Io viaggio perché voglio mettermi alla prova, voglio sfidare la mia tenuta, la mia resistenza, la mia capacità di spingere e di sopportare il caldo, il freddo, il sonno, la fame. Perché voglio sentire il caldo sulla pelle, il vento nelle orecchie, perché per una settimana voglio essere e sentirmi leggero, portando solo in necessario. Perché il mondo non lo voglio solo vedere, lo voglio percorrere. Ci raccontano che il mondo là fuori è pauroso, brutto, che si sta bene solo in casa, al caldo, lontano dagli estranei. Ma posso dire che il mondo non è un luogo cattivo e che la natura non è crudele, è solo la natura e ci si deve adattare. Pedalare con un caldo torrido da dover infilare la testa in un abbeveratoio per mucche o con la pioggia così fitta che taglia la faccia o con il vento contro che soffia a ondate e che ti sbatte contro il guard-rail. Sono tutte cose che meritano di essere vissute.
Per questo e per altri mille motivi ho deciso di viaggiare in bici. Perché di vita ne abbiamo una sola e non facciamo nulla per ricordarcelo a sufficienza.
Perchè la bici?
Per essere parte del viaggio e non un “banale” spettatore come quando andavo in moto.

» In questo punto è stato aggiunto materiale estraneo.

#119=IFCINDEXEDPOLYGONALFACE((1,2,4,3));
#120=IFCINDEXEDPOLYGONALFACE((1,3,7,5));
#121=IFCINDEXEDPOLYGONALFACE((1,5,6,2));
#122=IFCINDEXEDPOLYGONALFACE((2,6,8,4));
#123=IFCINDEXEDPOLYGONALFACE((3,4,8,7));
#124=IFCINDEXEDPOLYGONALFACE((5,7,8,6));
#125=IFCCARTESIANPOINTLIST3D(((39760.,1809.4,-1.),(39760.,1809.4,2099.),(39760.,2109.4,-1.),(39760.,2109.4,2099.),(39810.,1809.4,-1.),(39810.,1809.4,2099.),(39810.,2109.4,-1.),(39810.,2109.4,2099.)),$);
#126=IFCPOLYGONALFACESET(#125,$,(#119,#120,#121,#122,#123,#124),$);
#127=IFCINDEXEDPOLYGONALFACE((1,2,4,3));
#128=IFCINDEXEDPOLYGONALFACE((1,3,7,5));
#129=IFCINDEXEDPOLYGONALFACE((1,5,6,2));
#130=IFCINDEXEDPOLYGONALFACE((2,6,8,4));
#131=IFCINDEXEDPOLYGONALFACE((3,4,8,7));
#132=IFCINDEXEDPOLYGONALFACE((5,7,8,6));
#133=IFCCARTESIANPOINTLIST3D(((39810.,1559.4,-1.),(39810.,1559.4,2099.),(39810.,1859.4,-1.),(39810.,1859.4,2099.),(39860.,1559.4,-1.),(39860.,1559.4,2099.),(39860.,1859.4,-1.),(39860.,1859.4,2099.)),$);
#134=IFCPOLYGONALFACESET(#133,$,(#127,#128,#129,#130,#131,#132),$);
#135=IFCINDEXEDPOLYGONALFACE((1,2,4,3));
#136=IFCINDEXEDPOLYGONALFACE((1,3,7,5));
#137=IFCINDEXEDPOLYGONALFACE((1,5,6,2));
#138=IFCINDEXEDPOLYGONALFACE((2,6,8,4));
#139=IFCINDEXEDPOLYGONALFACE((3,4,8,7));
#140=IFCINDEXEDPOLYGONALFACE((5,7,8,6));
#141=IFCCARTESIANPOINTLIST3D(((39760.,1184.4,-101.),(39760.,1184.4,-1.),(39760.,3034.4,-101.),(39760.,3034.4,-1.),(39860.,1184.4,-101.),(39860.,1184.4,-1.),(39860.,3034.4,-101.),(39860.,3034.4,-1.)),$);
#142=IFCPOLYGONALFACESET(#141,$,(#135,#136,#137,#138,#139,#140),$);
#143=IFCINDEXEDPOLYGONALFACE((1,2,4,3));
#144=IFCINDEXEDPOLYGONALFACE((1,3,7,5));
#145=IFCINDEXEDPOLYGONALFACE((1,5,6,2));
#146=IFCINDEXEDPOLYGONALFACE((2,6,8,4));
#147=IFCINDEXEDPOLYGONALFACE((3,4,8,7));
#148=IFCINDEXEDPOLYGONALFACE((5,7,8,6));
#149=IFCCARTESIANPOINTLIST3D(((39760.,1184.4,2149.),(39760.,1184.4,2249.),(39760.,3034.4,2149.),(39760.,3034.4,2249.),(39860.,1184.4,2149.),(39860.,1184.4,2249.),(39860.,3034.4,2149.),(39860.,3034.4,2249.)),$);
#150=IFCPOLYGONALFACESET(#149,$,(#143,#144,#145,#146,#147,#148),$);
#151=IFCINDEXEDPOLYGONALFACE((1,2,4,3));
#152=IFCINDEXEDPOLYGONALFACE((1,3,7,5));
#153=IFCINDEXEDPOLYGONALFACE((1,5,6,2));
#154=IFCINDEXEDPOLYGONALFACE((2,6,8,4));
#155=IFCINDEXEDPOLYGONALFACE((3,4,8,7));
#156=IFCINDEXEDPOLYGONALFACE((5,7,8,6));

Le persone purtroppo si preoccupano troppo, quale bici, quale borse, cosa mangiare,dove dormire, quale materasso, quale tenda etc.. non capiscono che bisogna partire e provare, poi si aggiusta il tiro picchiando la testa .
Io sono 2 anni che vado in bici, lo scorso anno ho fatto di quelle “detonate” per poco allenamento e pessima gestione di cibo che c’è da riderci sopra…
Quest’anno mi son fatto il primo viaggio “serio” 5300 km in 2 mesi tra Spagna e Portogallo , sorvolando l’adattamento iniziale , di problemi ne ho avuti qualche giorno per il caldo torrido.
Insomma, chi non risica, non rosica! come dici tu, la vita è una!
Ottimo articolo.
Sono al momento più curioso che “pronto” ad affrontare un giro lungo giorni, sono infatti “fermo” mentalmente al discorso cibo.
Nel senso, come ci si alimenta in gite di giorni e giorni? Ci si porta cibo da casa? Immagino si sia molto lontani dai 90g carbs/orari e che non si vada avanti a quintali di gel ma neanche che ci si fermi al ristorante 2 volte al dì ne che un panino basti.
Grazie a chiunque mi possa delucidare, magari con esperienze personali.
Solo due parole: “Grande Omar”!
E’ una scelta che ammiro molto e che farei anch’io se il mio ragazzo non fosse molto pigro
grazie per questa condivisione. mi è piaciuto leggerla. buon viaggio!